PROMPT
In the entries below, find every line with the string "IFCRECTANGLEPROFILEDEF" and copy it.

══ ENTRIES PROVIDED ══

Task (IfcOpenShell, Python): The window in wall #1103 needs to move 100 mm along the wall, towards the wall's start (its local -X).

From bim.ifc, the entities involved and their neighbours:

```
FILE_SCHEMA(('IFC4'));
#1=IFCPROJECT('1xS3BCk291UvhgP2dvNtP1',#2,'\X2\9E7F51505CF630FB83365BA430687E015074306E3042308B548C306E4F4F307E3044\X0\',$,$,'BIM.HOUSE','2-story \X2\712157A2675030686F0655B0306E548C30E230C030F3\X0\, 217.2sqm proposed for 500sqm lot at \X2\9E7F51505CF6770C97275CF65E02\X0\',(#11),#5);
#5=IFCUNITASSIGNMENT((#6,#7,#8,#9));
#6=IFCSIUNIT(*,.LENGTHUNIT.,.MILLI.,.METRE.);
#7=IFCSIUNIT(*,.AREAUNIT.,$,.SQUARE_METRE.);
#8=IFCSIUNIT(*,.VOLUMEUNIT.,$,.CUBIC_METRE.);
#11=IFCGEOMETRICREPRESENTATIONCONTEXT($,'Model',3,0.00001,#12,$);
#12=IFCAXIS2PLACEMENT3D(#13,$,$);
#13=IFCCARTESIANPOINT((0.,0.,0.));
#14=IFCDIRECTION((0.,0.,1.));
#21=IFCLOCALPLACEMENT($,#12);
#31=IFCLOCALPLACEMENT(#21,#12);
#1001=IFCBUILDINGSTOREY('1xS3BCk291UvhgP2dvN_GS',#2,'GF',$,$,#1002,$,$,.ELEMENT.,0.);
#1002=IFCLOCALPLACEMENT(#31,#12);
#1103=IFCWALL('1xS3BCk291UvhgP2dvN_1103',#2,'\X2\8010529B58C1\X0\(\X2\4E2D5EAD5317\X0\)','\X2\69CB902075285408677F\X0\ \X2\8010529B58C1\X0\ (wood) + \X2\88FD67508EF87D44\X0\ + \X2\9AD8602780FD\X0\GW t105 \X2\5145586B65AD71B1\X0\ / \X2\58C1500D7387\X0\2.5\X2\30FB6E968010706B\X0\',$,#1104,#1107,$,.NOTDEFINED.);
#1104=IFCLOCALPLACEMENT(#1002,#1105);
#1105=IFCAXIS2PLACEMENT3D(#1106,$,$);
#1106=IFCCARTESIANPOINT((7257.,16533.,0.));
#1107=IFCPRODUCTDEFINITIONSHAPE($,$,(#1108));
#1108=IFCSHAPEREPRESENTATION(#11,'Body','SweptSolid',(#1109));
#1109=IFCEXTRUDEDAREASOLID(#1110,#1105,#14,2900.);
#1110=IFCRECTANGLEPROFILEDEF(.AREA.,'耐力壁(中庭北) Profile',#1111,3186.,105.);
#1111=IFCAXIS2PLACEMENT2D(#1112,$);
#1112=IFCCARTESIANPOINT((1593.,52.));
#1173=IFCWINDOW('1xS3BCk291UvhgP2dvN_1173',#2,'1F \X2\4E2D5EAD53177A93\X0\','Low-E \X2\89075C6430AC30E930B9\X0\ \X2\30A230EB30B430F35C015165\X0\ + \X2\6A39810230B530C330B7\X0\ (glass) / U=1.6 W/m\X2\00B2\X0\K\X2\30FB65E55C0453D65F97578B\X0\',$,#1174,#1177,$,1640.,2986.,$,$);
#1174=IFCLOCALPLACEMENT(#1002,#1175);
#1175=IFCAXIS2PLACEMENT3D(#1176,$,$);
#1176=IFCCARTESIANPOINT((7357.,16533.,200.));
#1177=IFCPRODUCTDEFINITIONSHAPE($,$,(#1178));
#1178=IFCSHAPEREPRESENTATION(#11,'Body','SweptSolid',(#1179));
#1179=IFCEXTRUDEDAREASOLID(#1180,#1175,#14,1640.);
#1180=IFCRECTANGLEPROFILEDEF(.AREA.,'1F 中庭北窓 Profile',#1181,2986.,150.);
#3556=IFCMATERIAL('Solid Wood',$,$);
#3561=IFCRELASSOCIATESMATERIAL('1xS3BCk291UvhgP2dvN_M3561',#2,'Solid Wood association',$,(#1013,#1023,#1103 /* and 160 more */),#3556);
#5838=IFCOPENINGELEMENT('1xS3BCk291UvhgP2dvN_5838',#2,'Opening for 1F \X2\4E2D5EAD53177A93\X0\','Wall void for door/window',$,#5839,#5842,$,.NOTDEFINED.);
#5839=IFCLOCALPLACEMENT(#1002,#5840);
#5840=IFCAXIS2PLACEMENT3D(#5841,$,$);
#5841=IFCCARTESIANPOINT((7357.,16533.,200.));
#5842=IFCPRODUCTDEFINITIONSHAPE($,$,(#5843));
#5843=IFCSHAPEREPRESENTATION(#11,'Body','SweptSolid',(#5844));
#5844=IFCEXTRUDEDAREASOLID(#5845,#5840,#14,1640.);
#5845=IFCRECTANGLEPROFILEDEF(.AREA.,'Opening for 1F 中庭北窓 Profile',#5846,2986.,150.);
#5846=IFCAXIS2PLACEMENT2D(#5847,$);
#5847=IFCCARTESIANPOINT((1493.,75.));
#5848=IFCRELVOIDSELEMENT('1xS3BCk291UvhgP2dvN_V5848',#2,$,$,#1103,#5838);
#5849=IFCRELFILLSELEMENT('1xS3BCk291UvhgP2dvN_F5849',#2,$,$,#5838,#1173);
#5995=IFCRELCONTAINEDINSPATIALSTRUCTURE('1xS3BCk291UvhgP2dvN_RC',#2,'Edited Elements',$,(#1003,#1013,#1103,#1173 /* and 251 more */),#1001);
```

```python
import ifcopenshell
import ifcopenshell.api.geometry
import ifcopenshell.util.placement

model = ifcopenshell.open("bim.ifc")

window = model.by_id(1173)
opening = window.FillsVoids[0].RelatingOpeningElement
wall = opening.VoidsElements[0].RelatingBuildingElement

wall_matrix = ifcopenshell.util.placement.get_local_placement(wall.ObjectPlacement)
shift = wall_matrix[:3, 0] * -100.0
before = ifcopenshell.util.placement.get_local_placement(window.ObjectPlacement)[:3, 3].copy()

# The window is not placed relative to its opening, so move both.
for product in (opening, window):
    matrix = ifcopenshell.util.placement.get_local_placement(product.ObjectPlacement)
    matrix[:3, 3] += shift
    ifcopenshell.api.geometry.edit_object_placement(model, product=product, matrix=matrix, is_si=False)

after = ifcopenshell.util.placement.get_local_placement(window.ObjectPlacement)[:3, 3]
print("window moved by", (after - before).round(3) + 0.0)

model.write("bim_v2.ifc")
```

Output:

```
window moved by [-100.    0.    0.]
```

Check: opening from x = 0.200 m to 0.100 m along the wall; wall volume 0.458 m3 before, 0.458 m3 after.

═══

WRITTEN SOLUTION
#1110=IFCRECTANGLEPROFILEDEF(.AREA.,'耐力壁(中庭北) Profile',#1111,3186.,105.);
#1180=IFCRECTANGLEPROFILEDEF(.AREA.,'1F 中庭北窓 Profile',#1181,2986.,150.);
#5845=IFCRECTANGLEPROFILEDEF(.AREA.,'Opening for 1F 中庭北窓 Profile',#5846,2986.,150.);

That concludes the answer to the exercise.